Вскоре, однако, услыхали русские, что на Московское государство идет король Сигизмунд с сыном. Действительно, в ноябре Сигизмунд подошел под Волок Ламский и отправил двух русских, бывших в посольстве Филарета и остававшихся в плену у поляков: князя Данила Мезецкого и дьяка Грамотина. Их сопровождал польский отряд в 1000 человек. Они должны были уговаривать московское войско признать Владислава царем. Но подмосковные воеводы выслали против них войско и объявили, что не хотят вступать ни в какие толки о Владиславе. Поляки повернули назад, а князь Мезецкий успел убежать к своим под Москву.
Король пытался было взять Волок Ламский, но это не удалось ему, и он удалился со своим сыном в Польшу.
21го декабря
К большому сожалению, мы не знаем подробностей этого важного события. По некоторым известиям видно, что под Москвою происходило несколько съездов, на которых дело избрания царя не удалось. По всей московской земле наложен был трехдневный строгий пост, служились молебны, чтобы Бог вразумил выборных, чтобы дело царского избрания совершилось не по человеческим козням, но по воле Божией. Когда, после таких благочестивых приготовлений, съехались снова все выборные люди, явился из Новгорода некто Богдан Дубровский с предложением выбрать шведского королевича; но выборные люди в один голос закричали: «У нас того и в уме нет, чтобы выбирать иноземца; мы, с Божьей помощью, готовы идти биться за очищение новгородского государства». Некоторые из бояр домогались получить венец и подкупали голоса. Есть известие, что были голоса в пользу Василия Голицына: иные некстати упоминали о возвращении венца Шуйскому. Были мнения в пользу Трубецкого, Воротынского и даже, как говорили после, в пользу Пожарского: впоследствии обвиняли его в том, будто он истратил до двадцати тысяч рублей, подкупая голоса в свою пользу.
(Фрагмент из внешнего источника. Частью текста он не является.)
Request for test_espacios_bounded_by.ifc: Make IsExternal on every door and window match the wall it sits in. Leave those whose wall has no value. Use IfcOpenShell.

First a look at what the model holds.

```python
import ifcopenshell
import ifcopenshell.util.element

model = ifcopenshell.open("test_espacios_bounded_by.ifc")
print(model.schema)
seen = {}
for e in model.by_type("IfcDoor") + model.by_type("IfcWindow"):
    if not e.FillsVoids:
        continue
    host = e.FillsVoids[0].RelatingOpeningElement.VoidsElements[0].RelatingBuildingElement
    own = ifcopenshell.util.element.get_pset(e, f"Pset_{e.is_a()[3:].removesuffix('StandardCase')}Common", "IsExternal")
    wall = ifcopenshell.util.element.get_pset(host, "Pset_WallCommon", "IsExternal")
    seen[e.is_a(), own, wall] = seen.get((e.is_a(), own, wall), 0) + 1
for (cls, own, wall), count in sorted(seen.items(), key=str):
    print(count, cls, "IsExternal:", own, "| host wall:", wall)
```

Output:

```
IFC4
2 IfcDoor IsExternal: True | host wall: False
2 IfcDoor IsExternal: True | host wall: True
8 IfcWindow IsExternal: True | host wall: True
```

```python
import ifcopenshell
import ifcopenshell.api.pset
import ifcopenshell.util.element

model = ifcopenshell.open("test_espacios_bounded_by.ifc")

count = 0
for ifc_class, pset_name in (("IfcDoor", "Pset_DoorCommon"), ("IfcWindow", "Pset_WindowCommon")):
    for e in model.by_type(ifc_class):
        if not e.FillsVoids:
            continue
        host = e.FillsVoids[0].RelatingOpeningElement.VoidsElements[0].RelatingBuildingElement
        external = ifcopenshell.util.element.get_pset(host, "Pset_WallCommon", "IsExternal")
        if external is None or ifcopenshell.util.element.get_pset(e, pset_name, "IsExternal") == external:
            continue
        pset = ifcopenshell.api.pset.add_pset(model, product=e, name=pset_name)
        ifcopenshell.api.pset.edit_pset(model, pset=pset, properties={"IsExternal": external})
        count += 1

print(count, "updated")

model.write("test_espacios_bounded_by_updated.ifc")
```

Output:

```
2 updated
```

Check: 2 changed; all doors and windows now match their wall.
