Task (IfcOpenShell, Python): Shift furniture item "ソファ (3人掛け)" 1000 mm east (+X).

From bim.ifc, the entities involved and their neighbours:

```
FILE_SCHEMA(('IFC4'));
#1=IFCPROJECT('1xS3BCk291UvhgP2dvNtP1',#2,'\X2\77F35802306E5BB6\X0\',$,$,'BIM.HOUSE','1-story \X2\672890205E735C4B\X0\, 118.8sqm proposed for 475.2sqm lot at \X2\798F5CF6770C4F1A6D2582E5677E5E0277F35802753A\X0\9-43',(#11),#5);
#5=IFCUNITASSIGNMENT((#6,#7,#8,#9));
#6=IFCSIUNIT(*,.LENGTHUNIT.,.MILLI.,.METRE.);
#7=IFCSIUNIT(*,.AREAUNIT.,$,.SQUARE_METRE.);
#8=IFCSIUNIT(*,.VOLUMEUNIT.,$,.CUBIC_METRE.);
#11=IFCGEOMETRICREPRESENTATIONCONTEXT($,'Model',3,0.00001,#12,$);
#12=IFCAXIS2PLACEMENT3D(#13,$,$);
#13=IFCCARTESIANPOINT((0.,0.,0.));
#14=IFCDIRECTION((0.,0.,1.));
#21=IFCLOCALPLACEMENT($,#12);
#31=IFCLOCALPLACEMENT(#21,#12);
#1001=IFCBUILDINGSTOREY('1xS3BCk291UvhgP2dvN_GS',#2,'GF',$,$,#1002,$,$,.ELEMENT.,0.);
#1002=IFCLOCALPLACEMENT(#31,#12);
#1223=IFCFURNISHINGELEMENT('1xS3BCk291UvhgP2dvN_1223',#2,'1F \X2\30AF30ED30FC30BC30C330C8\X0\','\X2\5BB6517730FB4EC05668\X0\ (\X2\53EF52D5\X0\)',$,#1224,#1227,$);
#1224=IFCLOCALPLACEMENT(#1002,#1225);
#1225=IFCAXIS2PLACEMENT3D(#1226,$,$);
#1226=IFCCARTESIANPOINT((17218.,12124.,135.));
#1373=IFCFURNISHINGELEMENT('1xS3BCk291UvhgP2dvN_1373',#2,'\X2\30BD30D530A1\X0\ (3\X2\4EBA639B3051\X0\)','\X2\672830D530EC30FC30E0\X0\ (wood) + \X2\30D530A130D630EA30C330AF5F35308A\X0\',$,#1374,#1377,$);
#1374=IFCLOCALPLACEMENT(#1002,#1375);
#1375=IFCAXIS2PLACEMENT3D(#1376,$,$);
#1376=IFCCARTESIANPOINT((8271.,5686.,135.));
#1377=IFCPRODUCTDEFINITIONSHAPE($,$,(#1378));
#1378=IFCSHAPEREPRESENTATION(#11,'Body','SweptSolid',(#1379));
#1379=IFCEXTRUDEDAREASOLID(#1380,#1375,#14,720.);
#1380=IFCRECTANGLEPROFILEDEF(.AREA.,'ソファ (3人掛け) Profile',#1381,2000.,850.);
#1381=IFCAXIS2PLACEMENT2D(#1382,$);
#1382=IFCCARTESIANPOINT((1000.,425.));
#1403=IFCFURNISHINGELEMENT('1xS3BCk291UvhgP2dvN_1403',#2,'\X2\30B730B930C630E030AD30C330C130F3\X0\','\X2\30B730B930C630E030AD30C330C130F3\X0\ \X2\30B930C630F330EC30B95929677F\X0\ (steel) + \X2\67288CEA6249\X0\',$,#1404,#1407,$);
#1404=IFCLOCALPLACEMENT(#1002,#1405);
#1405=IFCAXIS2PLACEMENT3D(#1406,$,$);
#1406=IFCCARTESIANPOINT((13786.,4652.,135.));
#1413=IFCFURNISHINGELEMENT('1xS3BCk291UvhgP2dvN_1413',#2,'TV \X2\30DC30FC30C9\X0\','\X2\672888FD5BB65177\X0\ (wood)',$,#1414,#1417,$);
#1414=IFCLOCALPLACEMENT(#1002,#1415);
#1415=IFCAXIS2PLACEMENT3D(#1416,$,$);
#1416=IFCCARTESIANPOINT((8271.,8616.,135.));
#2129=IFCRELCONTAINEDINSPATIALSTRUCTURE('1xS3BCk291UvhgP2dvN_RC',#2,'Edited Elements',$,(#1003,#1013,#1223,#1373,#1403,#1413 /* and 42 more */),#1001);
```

```python
import ifcopenshell
import ifcopenshell.api.geometry
import ifcopenshell.util.placement
import ifcopenshell.util.unit

model = ifcopenshell.open("bim.ifc")
unit_scale = ifcopenshell.util.unit.calculate_unit_scale(model)

item = model.by_guid("1xS3BCk291UvhgP2dvN_1373")
matrix = ifcopenshell.util.placement.get_local_placement(item.ObjectPlacement)
matrix[0, 3] += 1 / unit_scale
ifcopenshell.api.geometry.edit_object_placement(model, product=item, matrix=matrix, is_si=False)

print(ifcopenshell.util.placement.get_local_placement(item.ObjectPlacement).round(3) + 0.0)

model.write("bim_edited.ifc")
```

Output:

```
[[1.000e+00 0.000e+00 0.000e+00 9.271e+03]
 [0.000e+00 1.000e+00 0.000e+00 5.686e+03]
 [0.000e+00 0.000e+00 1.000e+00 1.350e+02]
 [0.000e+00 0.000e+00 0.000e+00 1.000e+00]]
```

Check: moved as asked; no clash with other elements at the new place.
Дворяне и дети боярские начали подавать письменно извещения, что они хотят царем Михаила Романова; за ними выборные люди от городов и волостей, а также и казаки стали за Романова. В народном воспоминании свежи были страдания семейства Романовых при Борисе, заточение Федора (Филарета) и его супруги. Народ в последнее время слишком много перенес бедствий, и потому естественно его сочувствие обращалось к такому роду, который заодно с народом много пострадал. Последний подвиг Филарета, его твердое поведение в деле посольства, его пленение, беззаконно совершенное врагами, все давало ему в народном воображении значение мученика за веру и за русскую землю. Наконец, в народе сохранились более давние предания о царице Анастасии, жившей в лучшее для русского народа время, о Никите Романовиче, о котором говорили и даже пели в песнях, что он по своему благодушию заступался за жертвы Иванова сумасбродства. Все это вместе располагало русских избрать Михаила Романова.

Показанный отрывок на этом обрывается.